I don't understand what that syntax is supposed to do.

Obviously it creates an OrderedDict, but you haven't explained the 
details. Is the prefix "OrderedDict" hard-coded in the parser/lexer, 
like the b prefix for byte-strings and r prefix for raw strings? In that 
case, I think that's pretty verbose, and would prefer to see something 
shorter:

o{1: 'a', 4: int, 2: (3, 3)}

perhaps. If OrderedDict is important enough to get its own syntax, it's 
important enough to get its own *short* syntax. That was my preferred 
solution, but it no longer is.

Or is the prefix "OrderedDict" somehow looked-up at run-time? So we 
could write something like:

spam = random.choice(list_of_callables)
result = spam{1: 'a', 4: int, 2: (3, 3)}

and spam would be called, whatever it happens to be, with a single 
list argument:

[(1, 'a'), (4, int), (2, (3, 3))]

What puts me off this solution is that it is syntactic sugar for not one 
but two distinct operations:

- sugar for creating a list of tuples;
- and sugar for a function call.

But if we had the first, we don't need the second, and we don't need to 
treat OrderedDict as a special case. We could use any mapping:

MyDict(sugar)
OrderedDict(sugar)
BinaryTree(sugar)

and functions that aren't mappings at all, but expect lists of (a, b) 
tuples:

covariance(sugar)

> This looks much cleaner in my opinion. As far as I can tell it could simply
> be implemented as if the either of the two above options was used. This
> would make it available to all custom dict types that implement the two
> options above.
> 
> A second very similar option, which might be cleaner and more useful, is to
> make this syntax available (only) after initialization. So it could be used
> like this:
> d = OrderedDict(){1: 'a', 4: int, 2: (3, 3)}
> d{3: 4, 'a': 'c'}
> *>>> *OrderedDict(){1: 'a', 4: int, 2: (3, 3), 3: 4, 'a': 'c'}

What does that actually do, in detail? Does it call d.__getitem__(key, 
value) repeatedly? So I could do something like this:

L = [None]*10
L{1: 'a', 3: 'b', 5: 'c', 7: 'd', 9: 'e'}
assert L == [None, 'a', None, 'b', None, 'c', None, 'd', None, 'e']

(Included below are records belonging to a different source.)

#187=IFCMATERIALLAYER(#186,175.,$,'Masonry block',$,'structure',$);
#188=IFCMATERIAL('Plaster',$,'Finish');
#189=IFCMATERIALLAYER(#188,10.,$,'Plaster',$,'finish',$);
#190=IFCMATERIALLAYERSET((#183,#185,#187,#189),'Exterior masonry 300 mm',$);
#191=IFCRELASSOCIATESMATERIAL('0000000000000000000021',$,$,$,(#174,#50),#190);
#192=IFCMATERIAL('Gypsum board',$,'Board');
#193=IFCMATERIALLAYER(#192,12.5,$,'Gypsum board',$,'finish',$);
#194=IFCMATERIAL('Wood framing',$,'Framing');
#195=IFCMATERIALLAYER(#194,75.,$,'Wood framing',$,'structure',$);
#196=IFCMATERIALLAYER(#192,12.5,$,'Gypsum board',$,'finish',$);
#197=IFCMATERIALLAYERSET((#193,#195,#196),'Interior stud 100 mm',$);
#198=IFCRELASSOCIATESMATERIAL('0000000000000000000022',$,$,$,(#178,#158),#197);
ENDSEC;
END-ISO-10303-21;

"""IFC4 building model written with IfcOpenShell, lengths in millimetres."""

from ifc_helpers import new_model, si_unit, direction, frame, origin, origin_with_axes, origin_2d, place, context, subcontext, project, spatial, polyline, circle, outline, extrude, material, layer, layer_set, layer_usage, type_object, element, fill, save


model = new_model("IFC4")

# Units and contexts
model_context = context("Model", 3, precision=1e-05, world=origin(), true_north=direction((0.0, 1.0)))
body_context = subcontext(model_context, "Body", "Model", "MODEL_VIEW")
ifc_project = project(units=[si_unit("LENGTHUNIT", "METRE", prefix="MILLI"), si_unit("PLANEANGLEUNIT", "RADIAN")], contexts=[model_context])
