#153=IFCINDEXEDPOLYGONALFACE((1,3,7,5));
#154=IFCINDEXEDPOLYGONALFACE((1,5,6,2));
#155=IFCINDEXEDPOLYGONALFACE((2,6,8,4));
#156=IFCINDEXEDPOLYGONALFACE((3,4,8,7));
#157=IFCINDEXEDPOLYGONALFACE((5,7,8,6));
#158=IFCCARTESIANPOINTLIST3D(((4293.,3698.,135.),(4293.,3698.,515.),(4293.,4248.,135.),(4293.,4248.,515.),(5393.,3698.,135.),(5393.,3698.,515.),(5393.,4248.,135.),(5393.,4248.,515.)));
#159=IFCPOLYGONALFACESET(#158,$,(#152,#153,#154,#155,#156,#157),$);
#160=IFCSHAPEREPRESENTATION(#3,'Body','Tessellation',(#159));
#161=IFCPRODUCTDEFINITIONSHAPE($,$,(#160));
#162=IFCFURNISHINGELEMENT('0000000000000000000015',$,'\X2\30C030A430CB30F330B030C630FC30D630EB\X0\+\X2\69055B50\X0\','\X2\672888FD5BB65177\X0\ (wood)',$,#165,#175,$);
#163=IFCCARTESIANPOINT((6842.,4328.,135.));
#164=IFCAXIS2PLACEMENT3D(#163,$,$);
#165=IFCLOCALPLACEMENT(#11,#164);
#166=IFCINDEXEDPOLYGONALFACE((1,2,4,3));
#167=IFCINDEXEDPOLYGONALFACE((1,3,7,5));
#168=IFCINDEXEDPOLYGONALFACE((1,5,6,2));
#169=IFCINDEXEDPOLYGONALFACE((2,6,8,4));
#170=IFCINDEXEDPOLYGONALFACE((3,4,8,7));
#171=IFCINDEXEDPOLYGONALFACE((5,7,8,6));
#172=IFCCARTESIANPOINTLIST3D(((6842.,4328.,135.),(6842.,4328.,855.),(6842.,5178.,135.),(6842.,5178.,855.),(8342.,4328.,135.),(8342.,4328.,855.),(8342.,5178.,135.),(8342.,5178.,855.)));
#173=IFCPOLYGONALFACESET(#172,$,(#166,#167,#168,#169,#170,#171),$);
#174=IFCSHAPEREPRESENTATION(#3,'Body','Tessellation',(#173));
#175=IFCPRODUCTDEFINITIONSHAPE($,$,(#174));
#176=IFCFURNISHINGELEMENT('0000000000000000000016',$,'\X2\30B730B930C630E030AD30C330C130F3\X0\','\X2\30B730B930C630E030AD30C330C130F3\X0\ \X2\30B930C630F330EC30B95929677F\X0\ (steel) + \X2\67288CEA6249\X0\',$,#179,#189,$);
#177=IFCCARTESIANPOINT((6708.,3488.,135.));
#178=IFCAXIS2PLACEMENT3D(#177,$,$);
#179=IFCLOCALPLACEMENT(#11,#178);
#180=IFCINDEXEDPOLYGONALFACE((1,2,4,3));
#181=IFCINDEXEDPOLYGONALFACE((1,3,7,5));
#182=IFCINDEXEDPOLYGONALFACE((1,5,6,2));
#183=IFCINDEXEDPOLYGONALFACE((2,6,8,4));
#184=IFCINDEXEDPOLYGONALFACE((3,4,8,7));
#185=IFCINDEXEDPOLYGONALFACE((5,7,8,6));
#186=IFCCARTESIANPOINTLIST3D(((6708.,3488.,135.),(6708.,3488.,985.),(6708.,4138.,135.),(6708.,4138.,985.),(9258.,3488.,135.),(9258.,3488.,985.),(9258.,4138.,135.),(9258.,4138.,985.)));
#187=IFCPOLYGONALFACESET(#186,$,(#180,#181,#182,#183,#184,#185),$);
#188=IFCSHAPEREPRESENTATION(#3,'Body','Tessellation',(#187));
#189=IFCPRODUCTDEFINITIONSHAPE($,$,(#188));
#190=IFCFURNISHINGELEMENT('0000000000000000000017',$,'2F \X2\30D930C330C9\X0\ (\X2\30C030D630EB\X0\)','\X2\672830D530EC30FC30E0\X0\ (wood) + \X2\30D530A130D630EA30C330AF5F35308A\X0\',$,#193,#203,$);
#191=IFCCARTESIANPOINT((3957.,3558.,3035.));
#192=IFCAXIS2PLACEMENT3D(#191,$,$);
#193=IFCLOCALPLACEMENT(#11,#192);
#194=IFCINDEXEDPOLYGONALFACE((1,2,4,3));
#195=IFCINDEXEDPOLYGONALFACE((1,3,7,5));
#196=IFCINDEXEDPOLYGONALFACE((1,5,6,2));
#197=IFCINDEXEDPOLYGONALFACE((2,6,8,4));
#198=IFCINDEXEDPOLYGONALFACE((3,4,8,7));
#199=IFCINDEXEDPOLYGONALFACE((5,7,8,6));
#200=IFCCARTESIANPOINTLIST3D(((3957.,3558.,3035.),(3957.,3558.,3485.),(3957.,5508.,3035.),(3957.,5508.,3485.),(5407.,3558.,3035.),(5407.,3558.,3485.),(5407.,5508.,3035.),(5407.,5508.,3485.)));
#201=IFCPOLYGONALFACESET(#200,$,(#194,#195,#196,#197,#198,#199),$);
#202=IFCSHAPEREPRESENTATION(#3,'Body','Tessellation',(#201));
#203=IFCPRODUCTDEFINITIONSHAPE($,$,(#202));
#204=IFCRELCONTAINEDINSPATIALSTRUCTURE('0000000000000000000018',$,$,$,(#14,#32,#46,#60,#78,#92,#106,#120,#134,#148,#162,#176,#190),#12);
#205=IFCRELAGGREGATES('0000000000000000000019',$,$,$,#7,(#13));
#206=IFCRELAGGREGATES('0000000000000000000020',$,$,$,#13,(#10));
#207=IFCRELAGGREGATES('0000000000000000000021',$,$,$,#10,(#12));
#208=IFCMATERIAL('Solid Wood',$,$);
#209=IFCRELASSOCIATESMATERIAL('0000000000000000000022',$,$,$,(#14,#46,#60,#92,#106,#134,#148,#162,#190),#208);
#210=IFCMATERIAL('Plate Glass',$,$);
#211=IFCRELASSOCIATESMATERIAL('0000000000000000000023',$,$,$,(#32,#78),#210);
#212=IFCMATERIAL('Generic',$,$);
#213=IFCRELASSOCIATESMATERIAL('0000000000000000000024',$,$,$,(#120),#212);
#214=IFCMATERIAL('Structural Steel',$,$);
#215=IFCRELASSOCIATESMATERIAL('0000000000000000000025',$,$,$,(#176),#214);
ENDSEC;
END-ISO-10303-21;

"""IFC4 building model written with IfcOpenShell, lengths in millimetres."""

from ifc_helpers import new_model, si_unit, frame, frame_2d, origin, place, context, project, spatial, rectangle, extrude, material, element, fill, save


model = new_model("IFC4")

If we had nice syntax for creating ordered dict literals, would we want 
this feature? I don't think so. It must be pretty rare to want something 
like that (at least, I can't remember the last time I did) and when we 
do, we can often do it with slicing:

py> L = [None]*10
py> L[1::2] = 'abcde'
py> L
[None, 'a', None, 'b', None, 'c', None, 'd', None, 'e']

> This would allow arguments to the __init__ method as well.

How? You said that this option was only available after
initialization.

> And this way it could simply be a shorthand for setting multiple attributes. 

How does the reader (or the interpreter) tell when 

d{key: value}

means "call __setitem__" and when it means "call __setattr__"?

> It might even
> be used to change multiple values in a list if that is a feature that is
> wanted.
> 
> Lastly I think either of the two sugested options could be used to allow
> dict comprehensions for custom dict types. But this might require a bit
> more work (although not much I think).
> 
> I'm interested to hear what you guys think.

I think that there is a kernel of a good idea in this. Let's go back to 
the idea of syntactic sugar for a list of tuples. The user can then call 
the function or class of their choice, they aren't limited to just one 
mapping type.

I'm going to suggest [key:value] as syntax. Now your original example 
becomes:

d = OrderedDict([1: 'a', 4: int, 2: (3, 3)])

which breaks up the triple ))) at the end, so hopefully you will not 
think its ugly. Also, we're not limited to just calling the constructor, 
it could be any method:

d.update([2: None, 1: 'b', 5: 99.9])

or anywhere at all:

x = [2: None, 1: 'b', 5: 99.9, 1: 'a', 4: int, 2: (3, 3)] + items

# shorter and less error-prone than:
x = (
    [(2, None), (1, 'b'), (5, 99.9), (1, 'a'), (4, int), (2, (3, 3))]
    + values
    )

There could be a comprehension form:

[key: value for x in seq if condition]

similar to the dict comprehension form.

-- 
Steve